What the task asks: All of the entries should be written out again exactly.

=== Begin Enclosure ===

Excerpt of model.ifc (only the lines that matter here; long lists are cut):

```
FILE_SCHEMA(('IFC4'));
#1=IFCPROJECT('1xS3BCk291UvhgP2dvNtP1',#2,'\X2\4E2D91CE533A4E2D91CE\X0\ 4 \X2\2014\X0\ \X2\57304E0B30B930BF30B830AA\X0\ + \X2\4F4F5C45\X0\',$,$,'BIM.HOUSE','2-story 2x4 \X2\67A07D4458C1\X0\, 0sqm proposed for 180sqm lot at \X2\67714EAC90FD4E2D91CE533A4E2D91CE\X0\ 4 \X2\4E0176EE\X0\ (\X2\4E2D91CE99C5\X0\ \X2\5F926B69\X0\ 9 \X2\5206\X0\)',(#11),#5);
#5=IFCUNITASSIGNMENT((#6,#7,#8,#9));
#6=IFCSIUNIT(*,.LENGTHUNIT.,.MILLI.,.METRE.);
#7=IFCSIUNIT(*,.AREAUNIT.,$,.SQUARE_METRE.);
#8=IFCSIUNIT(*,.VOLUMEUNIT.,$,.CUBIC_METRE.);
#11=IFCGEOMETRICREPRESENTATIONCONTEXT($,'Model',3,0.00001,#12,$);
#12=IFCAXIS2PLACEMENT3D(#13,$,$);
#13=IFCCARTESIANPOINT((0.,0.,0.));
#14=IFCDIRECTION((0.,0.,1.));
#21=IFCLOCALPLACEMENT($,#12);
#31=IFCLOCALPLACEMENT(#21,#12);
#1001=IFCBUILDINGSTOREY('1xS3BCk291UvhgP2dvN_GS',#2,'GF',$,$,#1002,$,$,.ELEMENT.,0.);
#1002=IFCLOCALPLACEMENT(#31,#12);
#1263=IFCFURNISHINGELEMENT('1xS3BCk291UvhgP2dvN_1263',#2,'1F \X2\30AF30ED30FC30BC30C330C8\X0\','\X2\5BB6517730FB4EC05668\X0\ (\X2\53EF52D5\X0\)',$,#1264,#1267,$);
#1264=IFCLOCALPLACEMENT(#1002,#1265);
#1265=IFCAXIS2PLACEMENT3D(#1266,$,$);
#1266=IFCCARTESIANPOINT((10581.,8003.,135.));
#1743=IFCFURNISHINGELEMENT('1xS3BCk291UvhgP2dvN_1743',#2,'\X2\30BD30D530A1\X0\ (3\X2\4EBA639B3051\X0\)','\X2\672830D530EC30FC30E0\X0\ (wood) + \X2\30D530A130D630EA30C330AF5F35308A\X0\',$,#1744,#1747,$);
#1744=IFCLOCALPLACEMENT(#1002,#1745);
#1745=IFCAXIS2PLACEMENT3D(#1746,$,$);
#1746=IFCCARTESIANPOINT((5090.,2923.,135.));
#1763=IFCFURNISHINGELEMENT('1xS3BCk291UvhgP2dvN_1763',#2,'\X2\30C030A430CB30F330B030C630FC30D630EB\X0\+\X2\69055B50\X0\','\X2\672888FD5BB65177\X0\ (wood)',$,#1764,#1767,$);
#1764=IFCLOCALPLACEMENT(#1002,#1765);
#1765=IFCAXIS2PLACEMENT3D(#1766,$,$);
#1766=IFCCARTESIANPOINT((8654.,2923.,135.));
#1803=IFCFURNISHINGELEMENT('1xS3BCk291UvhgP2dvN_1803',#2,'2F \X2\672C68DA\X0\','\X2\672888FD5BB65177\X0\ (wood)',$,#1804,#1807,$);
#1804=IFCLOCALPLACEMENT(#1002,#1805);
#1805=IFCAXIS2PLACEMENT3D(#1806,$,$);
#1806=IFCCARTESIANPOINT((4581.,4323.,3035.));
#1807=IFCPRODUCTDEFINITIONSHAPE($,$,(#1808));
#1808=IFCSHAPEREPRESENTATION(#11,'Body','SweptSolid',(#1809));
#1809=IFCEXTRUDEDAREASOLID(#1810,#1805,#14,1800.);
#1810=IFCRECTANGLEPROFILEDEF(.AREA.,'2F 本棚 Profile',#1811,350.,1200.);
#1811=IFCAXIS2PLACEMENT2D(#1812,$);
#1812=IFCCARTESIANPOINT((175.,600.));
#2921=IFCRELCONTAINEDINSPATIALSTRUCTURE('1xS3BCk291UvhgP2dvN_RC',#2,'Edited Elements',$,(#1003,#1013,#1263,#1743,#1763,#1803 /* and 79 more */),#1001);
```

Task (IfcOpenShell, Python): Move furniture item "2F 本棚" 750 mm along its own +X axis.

```python
import ifcopenshell
import ifcopenshell.api.geometry
import ifcopenshell.util.placement

model = ifcopenshell.open("model.ifc")

item = model.by_guid("1xS3BCk291UvhgP2dvN_1803")
matrix = ifcopenshell.util.placement.get_local_placement(item.ObjectPlacement)
matrix[:3, 3] += matrix[:3, 0] * 750.0
ifcopenshell.api.geometry.edit_object_placement(model, product=item, matrix=matrix, is_si=False)

print(ifcopenshell.util.placement.get_local_placement(item.ObjectPlacement).round(3) + 0.0)

model.write("model_rev.ifc")
```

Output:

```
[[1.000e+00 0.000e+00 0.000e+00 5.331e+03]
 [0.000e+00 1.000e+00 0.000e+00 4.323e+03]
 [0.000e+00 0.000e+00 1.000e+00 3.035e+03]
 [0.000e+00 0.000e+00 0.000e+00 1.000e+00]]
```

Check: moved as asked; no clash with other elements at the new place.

=== End Enclosure ===

Response below:
Excerpt of model.ifc (only the lines that matter here; long lists are cut):

```
FILE_SCHEMA(('IFC4'));
#1=IFCPROJECT('1xS3BCk291UvhgP2dvNtP1',#2,'\X2\4E2D91CE533A4E2D91CE\X0\ 4 \X2\2014\X0\ \X2\57304E0B30B930BF30B830AA\X0\ + \X2\4F4F5C45\X0\',$,$,'BIM.HOUSE','2-story 2x4 \X2\67A07D4458C1\X0\, 0sqm proposed for 180sqm lot at \X2\67714EAC90FD4E2D91CE533A4E2D91CE\X0\ 4 \X2\4E0176EE\X0\ (\X2\4E2D91CE99C5\X0\ \X2\5F926B69\X0\ 9 \X2\5206\X0\)',(#11),#5);
#5=IFCUNITASSIGNMENT((#6,#7,#8,#9));
#6=IFCSIUNIT(*,.LENGTHUNIT.,.MILLI.,.METRE.);
#7=IFCSIUNIT(*,.AREAUNIT.,$,.SQUARE_METRE.);
#8=IFCSIUNIT(*,.VOLUMEUNIT.,$,.CUBIC_METRE.);
#11=IFCGEOMETRICREPRESENTATIONCONTEXT($,'Model',3,0.00001,#12,$);
#12=IFCAXIS2PLACEMENT3D(#13,$,$);
#13=IFCCARTESIANPOINT((0.,0.,0.));
#14=IFCDIRECTION((0.,0.,1.));
#21=IFCLOCALPLACEMENT($,#12);
#31=IFCLOCALPLACEMENT(#21,#12);
#1001=IFCBUILDINGSTOREY('1xS3BCk291UvhgP2dvN_GS',#2,'GF',$,$,#1002,$,$,.ELEMENT.,0.);
#1002=IFCLOCALPLACEMENT(#31,#12);
#1263=IFCFURNISHINGELEMENT('1xS3BCk291UvhgP2dvN_1263',#2,'1F \X2\30AF30ED30FC30BC30C330C8\X0\','\X2\5BB6517730FB4EC05668\X0\ (\X2\53EF52D5\X0\)',$,#1264,#1267,$);
#1264=IFCLOCALPLACEMENT(#1002,#1265);
#1265=IFCAXIS2PLACEMENT3D(#1266,$,$);
#1266=IFCCARTESIANPOINT((10581.,8003.,135.));
#1743=IFCFURNISHINGELEMENT('1xS3BCk291UvhgP2dvN_1743',#2,'\X2\30BD30D530A1\X0\ (3\X2\4EBA639B3051\X0\)','\X2\672830D530EC30FC30E0\X0\ (wood) + \X2\30D530A130D630EA30C330AF5F35308A\X0\',$,#1744,#1747,$);
#1744=IFCLOCALPLACEMENT(#1002,#1745);
#1745=IFCAXIS2PLACEMENT3D(#1746,$,$);
#1746=IFCCARTESIANPOINT((5090.,2923.,135.));
#1763=IFCFURNISHINGELEMENT('1xS3BCk291UvhgP2dvN_1763',#2,'\X2\30C030A430CB30F330B030C630FC30D630EB\X0\+\X2\69055B50\X0\','\X2\672888FD5BB65177\X0\ (wood)',$,#1764,#1767,$);
#1764=IFCLOCALPLACEMENT(#1002,#1765);
#1765=IFCAXIS2PLACEMENT3D(#1766,$,$);
#1766=IFCCARTESIANPOINT((8654.,2923.,135.));
#1803=IFCFURNISHINGELEMENT('1xS3BCk291UvhgP2dvN_1803',#2,'2F \X2\672C68DA\X0\','\X2\672888FD5BB65177\X0\ (wood)',$,#1804,#1807,$);
#1804=IFCLOCALPLACEMENT(#1002,#1805);
#1805=IFCAXIS2PLACEMENT3D(#1806,$,$);
#1806=IFCCARTESIANPOINT((4581.,4323.,3035.));
#1807=IFCPRODUCTDEFINITIONSHAPE($,$,(#1808));
#1808=IFCSHAPEREPRESENTATION(#11,'Body','SweptSolid',(#1809));
#1809=IFCEXTRUDEDAREASOLID(#1810,#1805,#14,1800.);
#1810=IFCRECTANGLEPROFILEDEF(.AREA.,'2F 本棚 Profile',#1811,350.,1200.);
#1811=IFCAXIS2PLACEMENT2D(#1812,$);
#1812=IFCCARTESIANPOINT((175.,600.));
#2921=IFCRELCONTAINEDINSPATIALSTRUCTURE('1xS3BCk291UvhgP2dvN_RC',#2,'Edited Elements',$,(#1003,#1013,#1263,#1743,#1763,#1803 /* and 79 more */),#1001);
```

Task (IfcOpenShell, Python): Move furniture item "2F 本棚" 750 mm along its own +X axis.

```python
import ifcopenshell
import ifcopenshell.api.geometry
import ifcopenshell.util.placement

model = ifcopenshell.open("model.ifc")

item = model.by_guid("1xS3BCk291UvhgP2dvN_1803")
matrix = ifcopenshell.util.placement.get_local_placement(item.ObjectPlacement)
matrix[:3, 3] += matrix[:3, 0] * 750.0
ifcopenshell.api.geometry.edit_object_placement(model, product=item, matrix=matrix, is_si=False)

print(ifcopenshell.util.placement.get_local_placement(item.ObjectPlacement).round(3) + 0.0)

model.write("model_rev.ifc")
```

Output:

```
[[1.000e+00 0.000e+00 0.000e+00 5.331e+03]
 [0.000e+00 1.000e+00 0.000e+00 4.323e+03]
 [0.000e+00 0.000e+00 1.000e+00 3.035e+03]
 [0.000e+00 0.000e+00 0.000e+00 1.000e+00]]
```

Check: moved as asked; no clash with other elements at the new place.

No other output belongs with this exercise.